## WHAT YOU SHOULD DO
Output a verbatim copy of the data, cut off after the line that contains "#33=IFCINDEXEDPOLYGONALFACE((15,19,20,16));".

(Saved data entries)
────────

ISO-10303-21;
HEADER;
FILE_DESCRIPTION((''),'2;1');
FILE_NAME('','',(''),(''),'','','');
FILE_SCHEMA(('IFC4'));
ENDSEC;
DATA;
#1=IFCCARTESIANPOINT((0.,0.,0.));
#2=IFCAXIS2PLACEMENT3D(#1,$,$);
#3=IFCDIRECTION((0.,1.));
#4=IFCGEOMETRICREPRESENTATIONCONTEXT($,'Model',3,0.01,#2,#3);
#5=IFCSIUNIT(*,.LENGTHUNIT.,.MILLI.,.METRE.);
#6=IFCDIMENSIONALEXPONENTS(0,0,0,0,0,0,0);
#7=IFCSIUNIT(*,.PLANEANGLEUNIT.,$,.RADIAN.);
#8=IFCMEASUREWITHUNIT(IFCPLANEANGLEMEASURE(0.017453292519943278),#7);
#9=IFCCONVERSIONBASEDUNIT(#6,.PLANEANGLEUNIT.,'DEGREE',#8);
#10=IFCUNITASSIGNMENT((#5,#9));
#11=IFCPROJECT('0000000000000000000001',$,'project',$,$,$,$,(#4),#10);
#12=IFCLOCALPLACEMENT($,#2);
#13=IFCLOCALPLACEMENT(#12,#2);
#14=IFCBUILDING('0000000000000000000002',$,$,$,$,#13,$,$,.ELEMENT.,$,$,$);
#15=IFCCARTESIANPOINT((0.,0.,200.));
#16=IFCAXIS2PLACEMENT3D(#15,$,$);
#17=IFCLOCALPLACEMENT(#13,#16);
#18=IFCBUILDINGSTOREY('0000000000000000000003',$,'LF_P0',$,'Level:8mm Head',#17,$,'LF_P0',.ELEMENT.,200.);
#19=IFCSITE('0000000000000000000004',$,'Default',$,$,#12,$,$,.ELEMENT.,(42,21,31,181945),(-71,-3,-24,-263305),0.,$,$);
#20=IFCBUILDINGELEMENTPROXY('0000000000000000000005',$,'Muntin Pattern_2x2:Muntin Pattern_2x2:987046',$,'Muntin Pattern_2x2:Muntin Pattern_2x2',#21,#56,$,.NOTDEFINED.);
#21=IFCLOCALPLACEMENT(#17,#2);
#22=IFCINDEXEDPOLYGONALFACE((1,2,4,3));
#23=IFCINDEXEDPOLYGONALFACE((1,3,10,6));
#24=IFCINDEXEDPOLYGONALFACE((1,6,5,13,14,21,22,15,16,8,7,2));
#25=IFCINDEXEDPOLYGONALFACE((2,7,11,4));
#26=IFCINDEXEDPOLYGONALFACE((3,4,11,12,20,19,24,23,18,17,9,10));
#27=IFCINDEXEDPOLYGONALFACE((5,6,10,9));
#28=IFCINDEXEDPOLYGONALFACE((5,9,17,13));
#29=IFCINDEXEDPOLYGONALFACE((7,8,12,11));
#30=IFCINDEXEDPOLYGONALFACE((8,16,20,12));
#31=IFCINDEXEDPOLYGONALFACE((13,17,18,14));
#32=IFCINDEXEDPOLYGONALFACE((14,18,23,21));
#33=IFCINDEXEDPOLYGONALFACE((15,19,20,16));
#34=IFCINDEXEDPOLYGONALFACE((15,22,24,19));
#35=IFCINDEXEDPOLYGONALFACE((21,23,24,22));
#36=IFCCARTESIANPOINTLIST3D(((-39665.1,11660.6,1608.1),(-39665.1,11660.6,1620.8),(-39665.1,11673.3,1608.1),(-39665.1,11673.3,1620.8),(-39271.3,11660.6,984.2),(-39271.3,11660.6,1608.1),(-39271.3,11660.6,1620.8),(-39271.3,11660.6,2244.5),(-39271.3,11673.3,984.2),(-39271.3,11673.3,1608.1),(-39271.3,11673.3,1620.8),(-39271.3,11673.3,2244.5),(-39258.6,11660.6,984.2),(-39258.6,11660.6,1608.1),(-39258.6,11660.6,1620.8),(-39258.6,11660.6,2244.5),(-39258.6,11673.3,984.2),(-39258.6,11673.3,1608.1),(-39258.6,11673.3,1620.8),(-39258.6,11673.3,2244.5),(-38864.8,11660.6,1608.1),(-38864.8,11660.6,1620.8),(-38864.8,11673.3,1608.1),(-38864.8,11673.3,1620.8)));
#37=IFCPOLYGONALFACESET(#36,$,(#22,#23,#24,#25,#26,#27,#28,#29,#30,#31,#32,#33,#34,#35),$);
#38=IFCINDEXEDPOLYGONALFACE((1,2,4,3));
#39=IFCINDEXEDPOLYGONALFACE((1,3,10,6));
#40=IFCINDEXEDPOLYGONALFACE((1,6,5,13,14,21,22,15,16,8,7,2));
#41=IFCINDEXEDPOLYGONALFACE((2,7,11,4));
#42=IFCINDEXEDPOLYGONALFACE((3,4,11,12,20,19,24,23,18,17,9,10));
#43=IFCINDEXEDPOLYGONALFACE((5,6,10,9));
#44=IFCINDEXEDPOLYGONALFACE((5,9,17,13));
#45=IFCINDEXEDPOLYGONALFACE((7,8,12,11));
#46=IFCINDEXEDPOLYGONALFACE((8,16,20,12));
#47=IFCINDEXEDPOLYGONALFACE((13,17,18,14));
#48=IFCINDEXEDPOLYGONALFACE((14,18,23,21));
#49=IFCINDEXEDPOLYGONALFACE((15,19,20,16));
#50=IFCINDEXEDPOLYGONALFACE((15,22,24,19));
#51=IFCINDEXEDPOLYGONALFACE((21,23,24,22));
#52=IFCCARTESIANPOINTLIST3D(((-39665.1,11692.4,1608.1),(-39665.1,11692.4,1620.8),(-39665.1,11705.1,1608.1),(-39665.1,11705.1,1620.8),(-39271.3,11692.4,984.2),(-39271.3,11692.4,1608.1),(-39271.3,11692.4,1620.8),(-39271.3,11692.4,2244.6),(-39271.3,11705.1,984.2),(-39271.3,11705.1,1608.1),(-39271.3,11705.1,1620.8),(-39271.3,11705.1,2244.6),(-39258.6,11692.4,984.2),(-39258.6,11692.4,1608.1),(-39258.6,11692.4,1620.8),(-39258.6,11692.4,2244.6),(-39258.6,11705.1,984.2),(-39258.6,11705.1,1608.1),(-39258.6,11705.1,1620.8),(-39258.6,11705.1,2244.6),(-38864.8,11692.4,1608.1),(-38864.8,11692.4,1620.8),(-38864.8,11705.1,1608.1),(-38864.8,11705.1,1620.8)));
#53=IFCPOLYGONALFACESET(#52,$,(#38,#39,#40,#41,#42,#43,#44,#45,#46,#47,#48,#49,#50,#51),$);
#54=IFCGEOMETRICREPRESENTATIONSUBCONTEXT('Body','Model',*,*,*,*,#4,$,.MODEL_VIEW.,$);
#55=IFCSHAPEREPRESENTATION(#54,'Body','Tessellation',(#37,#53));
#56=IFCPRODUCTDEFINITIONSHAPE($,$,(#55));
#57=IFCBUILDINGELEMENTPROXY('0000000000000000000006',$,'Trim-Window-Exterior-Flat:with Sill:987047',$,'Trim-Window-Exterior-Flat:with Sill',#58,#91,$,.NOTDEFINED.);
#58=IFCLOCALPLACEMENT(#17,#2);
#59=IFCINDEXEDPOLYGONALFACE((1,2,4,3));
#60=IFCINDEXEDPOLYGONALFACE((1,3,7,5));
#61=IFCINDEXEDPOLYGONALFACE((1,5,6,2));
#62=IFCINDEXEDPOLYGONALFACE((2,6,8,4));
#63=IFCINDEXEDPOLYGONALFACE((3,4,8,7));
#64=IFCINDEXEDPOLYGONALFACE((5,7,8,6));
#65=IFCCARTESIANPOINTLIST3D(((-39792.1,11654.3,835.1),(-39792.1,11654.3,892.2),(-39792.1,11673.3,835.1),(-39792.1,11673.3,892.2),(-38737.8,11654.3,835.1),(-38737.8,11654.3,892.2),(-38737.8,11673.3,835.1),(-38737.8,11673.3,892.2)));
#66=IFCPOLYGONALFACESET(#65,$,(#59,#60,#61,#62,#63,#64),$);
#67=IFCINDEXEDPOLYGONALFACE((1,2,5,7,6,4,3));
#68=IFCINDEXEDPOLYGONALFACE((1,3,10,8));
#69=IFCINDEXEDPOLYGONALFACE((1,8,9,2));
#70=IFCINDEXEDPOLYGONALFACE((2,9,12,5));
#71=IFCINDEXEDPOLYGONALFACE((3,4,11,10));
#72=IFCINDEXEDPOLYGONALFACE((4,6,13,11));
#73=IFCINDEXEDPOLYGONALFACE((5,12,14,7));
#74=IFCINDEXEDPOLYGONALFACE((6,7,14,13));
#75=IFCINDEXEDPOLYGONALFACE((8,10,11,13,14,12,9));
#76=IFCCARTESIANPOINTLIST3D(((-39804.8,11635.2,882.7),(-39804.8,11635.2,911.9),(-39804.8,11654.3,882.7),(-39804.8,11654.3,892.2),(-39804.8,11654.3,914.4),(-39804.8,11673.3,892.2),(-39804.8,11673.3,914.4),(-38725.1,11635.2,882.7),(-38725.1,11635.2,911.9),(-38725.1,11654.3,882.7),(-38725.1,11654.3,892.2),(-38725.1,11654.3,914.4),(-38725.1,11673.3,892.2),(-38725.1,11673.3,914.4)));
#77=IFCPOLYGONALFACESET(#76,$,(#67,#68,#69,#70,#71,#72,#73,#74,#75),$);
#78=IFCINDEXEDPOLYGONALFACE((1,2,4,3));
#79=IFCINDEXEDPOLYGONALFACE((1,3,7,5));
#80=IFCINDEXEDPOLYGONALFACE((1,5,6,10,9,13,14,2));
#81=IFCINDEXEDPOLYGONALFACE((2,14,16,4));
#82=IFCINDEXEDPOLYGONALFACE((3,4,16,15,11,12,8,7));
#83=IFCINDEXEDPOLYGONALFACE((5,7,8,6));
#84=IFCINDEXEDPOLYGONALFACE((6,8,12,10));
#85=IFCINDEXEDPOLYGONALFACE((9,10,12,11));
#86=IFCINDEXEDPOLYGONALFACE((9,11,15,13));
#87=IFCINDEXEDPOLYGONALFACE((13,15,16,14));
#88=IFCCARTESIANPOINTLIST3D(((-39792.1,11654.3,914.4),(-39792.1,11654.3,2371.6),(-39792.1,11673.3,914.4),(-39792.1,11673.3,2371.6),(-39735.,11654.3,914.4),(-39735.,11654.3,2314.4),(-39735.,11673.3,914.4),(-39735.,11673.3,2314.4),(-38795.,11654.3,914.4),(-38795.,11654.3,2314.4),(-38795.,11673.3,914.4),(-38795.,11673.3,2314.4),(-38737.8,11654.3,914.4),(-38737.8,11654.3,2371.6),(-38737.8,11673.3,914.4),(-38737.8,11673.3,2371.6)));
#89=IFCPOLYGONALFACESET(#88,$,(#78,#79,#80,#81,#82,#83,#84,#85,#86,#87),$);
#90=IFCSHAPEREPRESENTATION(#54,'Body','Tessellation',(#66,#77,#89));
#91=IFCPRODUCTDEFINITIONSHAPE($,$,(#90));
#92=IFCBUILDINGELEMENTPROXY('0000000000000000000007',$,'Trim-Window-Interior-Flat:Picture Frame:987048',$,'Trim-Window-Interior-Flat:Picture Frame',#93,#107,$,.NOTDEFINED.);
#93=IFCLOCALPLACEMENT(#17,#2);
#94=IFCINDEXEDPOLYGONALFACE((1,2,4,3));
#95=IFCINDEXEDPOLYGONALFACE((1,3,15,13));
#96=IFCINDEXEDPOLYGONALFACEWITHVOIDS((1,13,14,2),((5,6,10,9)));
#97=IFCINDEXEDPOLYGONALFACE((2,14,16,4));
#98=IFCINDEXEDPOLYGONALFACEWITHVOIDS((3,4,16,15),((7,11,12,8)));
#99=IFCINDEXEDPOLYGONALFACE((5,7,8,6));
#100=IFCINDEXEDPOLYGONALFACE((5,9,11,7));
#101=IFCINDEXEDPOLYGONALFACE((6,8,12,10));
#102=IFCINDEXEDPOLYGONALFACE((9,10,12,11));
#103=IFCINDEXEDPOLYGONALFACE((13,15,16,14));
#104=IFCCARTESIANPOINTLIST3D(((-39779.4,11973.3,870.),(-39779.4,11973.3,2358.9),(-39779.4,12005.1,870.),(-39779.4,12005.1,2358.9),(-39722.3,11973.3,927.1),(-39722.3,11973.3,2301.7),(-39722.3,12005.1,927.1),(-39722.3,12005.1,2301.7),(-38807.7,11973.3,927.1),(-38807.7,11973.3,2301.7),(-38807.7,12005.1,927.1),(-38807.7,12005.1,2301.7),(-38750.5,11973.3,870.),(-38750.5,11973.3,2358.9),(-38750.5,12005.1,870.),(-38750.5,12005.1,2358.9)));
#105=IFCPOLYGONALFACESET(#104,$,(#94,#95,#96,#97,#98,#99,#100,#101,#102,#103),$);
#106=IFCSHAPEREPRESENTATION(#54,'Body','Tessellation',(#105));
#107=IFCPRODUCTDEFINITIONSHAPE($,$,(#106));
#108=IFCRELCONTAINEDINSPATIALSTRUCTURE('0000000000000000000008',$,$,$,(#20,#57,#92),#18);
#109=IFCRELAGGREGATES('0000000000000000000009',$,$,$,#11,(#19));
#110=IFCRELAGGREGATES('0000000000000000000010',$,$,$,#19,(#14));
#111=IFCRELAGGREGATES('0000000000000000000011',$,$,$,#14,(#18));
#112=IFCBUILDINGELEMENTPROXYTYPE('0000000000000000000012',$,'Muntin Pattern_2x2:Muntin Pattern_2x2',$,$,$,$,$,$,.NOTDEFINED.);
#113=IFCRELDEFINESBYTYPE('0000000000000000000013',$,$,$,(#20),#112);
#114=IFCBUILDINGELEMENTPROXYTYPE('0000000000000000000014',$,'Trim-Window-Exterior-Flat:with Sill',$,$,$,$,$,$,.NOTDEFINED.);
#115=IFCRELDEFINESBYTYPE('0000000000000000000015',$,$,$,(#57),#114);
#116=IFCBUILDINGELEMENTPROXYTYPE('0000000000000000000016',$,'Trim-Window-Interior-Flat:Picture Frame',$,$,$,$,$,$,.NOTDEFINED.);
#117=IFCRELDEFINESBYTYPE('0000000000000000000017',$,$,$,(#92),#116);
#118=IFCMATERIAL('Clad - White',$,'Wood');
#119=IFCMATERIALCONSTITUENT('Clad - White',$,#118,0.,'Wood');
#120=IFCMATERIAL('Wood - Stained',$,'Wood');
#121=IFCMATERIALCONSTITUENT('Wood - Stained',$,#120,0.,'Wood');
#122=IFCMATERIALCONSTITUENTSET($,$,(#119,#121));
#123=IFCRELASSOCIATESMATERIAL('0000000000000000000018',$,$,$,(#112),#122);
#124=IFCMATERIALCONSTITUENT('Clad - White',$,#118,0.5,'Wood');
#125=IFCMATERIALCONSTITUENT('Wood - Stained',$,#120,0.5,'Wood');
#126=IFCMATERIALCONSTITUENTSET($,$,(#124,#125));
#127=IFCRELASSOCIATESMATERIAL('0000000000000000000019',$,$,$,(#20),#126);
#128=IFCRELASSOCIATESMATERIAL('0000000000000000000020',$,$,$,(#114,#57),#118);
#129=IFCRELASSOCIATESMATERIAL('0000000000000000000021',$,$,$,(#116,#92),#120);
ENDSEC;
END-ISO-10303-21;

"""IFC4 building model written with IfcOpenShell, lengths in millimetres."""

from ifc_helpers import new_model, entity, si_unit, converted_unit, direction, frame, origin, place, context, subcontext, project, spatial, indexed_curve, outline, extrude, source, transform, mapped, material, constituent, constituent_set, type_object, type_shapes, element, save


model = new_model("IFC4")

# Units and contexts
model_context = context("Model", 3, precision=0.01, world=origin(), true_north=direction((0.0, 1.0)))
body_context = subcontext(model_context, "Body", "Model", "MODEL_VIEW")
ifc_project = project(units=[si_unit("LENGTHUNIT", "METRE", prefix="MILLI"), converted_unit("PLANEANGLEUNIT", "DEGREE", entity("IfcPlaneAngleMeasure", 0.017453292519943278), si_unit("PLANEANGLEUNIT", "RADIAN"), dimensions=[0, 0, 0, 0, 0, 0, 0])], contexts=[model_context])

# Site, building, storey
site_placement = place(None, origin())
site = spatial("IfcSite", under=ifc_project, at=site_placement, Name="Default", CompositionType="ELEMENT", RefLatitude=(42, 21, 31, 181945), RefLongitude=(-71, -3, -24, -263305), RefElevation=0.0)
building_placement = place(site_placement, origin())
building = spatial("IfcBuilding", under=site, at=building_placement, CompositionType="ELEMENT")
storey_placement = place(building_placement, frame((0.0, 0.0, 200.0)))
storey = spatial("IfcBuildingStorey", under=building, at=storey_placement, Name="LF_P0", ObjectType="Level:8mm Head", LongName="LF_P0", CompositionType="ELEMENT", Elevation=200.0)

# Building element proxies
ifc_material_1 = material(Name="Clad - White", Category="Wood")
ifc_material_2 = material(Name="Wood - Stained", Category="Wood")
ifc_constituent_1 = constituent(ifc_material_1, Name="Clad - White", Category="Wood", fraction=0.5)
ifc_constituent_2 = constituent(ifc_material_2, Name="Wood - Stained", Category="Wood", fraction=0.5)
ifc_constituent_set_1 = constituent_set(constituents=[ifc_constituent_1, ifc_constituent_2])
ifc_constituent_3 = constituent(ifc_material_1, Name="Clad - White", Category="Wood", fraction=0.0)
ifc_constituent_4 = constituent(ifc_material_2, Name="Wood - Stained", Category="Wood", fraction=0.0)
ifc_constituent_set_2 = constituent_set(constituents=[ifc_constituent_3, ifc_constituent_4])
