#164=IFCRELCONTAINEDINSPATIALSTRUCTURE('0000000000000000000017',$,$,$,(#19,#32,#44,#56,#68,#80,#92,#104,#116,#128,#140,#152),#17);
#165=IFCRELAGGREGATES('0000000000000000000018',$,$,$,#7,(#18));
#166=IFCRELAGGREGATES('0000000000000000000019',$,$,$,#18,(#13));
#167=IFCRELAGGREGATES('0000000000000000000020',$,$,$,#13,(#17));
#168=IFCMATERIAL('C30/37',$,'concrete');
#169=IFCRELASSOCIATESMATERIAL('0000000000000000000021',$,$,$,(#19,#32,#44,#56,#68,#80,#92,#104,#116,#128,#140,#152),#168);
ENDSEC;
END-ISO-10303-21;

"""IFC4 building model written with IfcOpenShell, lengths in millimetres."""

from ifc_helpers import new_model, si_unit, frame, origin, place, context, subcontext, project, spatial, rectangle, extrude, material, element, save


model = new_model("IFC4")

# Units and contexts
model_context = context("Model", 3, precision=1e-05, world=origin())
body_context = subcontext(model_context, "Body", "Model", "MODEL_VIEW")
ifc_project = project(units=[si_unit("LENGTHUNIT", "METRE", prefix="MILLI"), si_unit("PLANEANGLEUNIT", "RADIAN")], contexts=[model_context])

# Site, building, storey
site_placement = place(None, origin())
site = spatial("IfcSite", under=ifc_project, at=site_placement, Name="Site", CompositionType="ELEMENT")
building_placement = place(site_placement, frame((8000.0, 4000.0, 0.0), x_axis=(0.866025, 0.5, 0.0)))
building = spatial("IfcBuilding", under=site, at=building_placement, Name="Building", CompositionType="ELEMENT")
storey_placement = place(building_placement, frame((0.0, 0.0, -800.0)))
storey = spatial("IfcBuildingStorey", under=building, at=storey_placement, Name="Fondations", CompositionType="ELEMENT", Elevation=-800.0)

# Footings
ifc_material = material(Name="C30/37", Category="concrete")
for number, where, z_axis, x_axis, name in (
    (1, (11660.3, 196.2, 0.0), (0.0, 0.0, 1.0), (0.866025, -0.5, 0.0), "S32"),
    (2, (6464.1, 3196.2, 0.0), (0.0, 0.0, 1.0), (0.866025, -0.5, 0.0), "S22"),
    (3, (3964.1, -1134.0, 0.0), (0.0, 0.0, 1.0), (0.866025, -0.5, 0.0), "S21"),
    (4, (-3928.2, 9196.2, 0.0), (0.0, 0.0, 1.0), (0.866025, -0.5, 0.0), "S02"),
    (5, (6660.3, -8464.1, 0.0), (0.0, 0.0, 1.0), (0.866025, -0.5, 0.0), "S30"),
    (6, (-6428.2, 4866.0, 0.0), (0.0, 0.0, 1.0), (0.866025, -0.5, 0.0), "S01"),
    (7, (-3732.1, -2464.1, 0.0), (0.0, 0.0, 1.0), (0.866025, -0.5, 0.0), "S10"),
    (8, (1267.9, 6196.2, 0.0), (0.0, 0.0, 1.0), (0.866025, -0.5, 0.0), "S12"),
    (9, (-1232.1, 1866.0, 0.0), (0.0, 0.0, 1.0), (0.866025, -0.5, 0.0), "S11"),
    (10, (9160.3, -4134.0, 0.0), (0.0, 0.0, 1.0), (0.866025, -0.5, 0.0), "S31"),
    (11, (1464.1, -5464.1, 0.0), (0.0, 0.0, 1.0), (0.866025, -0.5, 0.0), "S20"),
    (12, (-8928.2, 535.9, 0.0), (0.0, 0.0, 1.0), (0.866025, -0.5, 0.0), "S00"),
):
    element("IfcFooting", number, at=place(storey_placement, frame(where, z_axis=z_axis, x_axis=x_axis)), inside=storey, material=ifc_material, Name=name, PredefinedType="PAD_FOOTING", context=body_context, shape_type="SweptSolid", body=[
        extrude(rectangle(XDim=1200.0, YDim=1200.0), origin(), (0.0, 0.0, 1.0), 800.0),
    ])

────────

## RESPONSE TO THE TASK
ISO-10303-21;
HEADER;
FILE_DESCRIPTION((''),'2;1');
FILE_NAME('','',(''),(''),'','','');
FILE_SCHEMA(('IFC4'));
ENDSEC;
DATA;
#1=IFCCARTESIANPOINT((0.,0.,0.));
#2=IFCAXIS2PLACEMENT3D(#1,$,$);
#3=IFCDIRECTION((0.,1.));
#4=IFCGEOMETRICREPRESENTATIONCONTEXT($,'Model',3,0.01,#2,#3);
#5=IFCSIUNIT(*,.LENGTHUNIT.,.MILLI.,.METRE.);
#6=IFCDIMENSIONALEXPONENTS(0,0,0,0,0,0,0);
#7=IFCSIUNIT(*,.PLANEANGLEUNIT.,$,.RADIAN.);
#8=IFCMEASUREWITHUNIT(IFCPLANEANGLEMEASURE(0.017453292519943278),#7);
#9=IFCCONVERSIONBASEDUNIT(#6,.PLANEANGLEUNIT.,'DEGREE',#8);
#10=IFCUNITASSIGNMENT((#5,#9));
#11=IFCPROJECT('0000000000000000000001',$,'project',$,$,$,$,(#4),#10);
#12=IFCLOCALPLACEMENT($,#2);
#13=IFCLOCALPLACEMENT(#12,#2);
#14=IFCBUILDING('0000000000000000000002',$,$,$,$,#13,$,$,.ELEMENT.,$,$,$);
#15=IFCCARTESIANPOINT((0.,0.,200.));
#16=IFCAXIS2PLACEMENT3D(#15,$,$);
#17=IFCLOCALPLACEMENT(#13,#16);
#18=IFCBUILDINGSTOREY('0000000000000000000003',$,'LF_P0',$,'Level:8mm Head',#17,$,'LF_P0',.ELEMENT.,200.);
#19=IFCSITE('0000000000000000000004',$,'Default',$,$,#12,$,$,.ELEMENT.,(42,21,31,181945),(-71,-3,-24,-263305),0.,$,$);
#20=IFCBUILDINGELEMENTPROXY('0000000000000000000005',$,'Muntin Pattern_2x2:Muntin Pattern_2x2:987046',$,'Muntin Pattern_2x2:Muntin Pattern_2x2',#21,#56,$,.NOTDEFINED.);
#21=IFCLOCALPLACEMENT(#17,#2);
#22=IFCINDEXEDPOLYGONALFACE((1,2,4,3));
#23=IFCINDEXEDPOLYGONALFACE((1,3,10,6));
#24=IFCINDEXEDPOLYGONALFACE((1,6,5,13,14,21,22,15,16,8,7,2));
#25=IFCINDEXEDPOLYGONALFACE((2,7,11,4));
#26=IFCINDEXEDPOLYGONALFACE((3,4,11,12,20,19,24,23,18,17,9,10));
#27=IFCINDEXEDPOLYGONALFACE((5,6,10,9));
#28=IFCINDEXEDPOLYGONALFACE((5,9,17,13));
#29=IFCINDEXEDPOLYGONALFACE((7,8,12,11));
#30=IFCINDEXEDPOLYGONALFACE((8,16,20,12));
#31=IFCINDEXEDPOLYGONALFACE((13,17,18,14));
#32=IFCINDEXEDPOLYGONALFACE((14,18,23,21));
#33=IFCINDEXEDPOLYGONALFACE((15,19,20,16));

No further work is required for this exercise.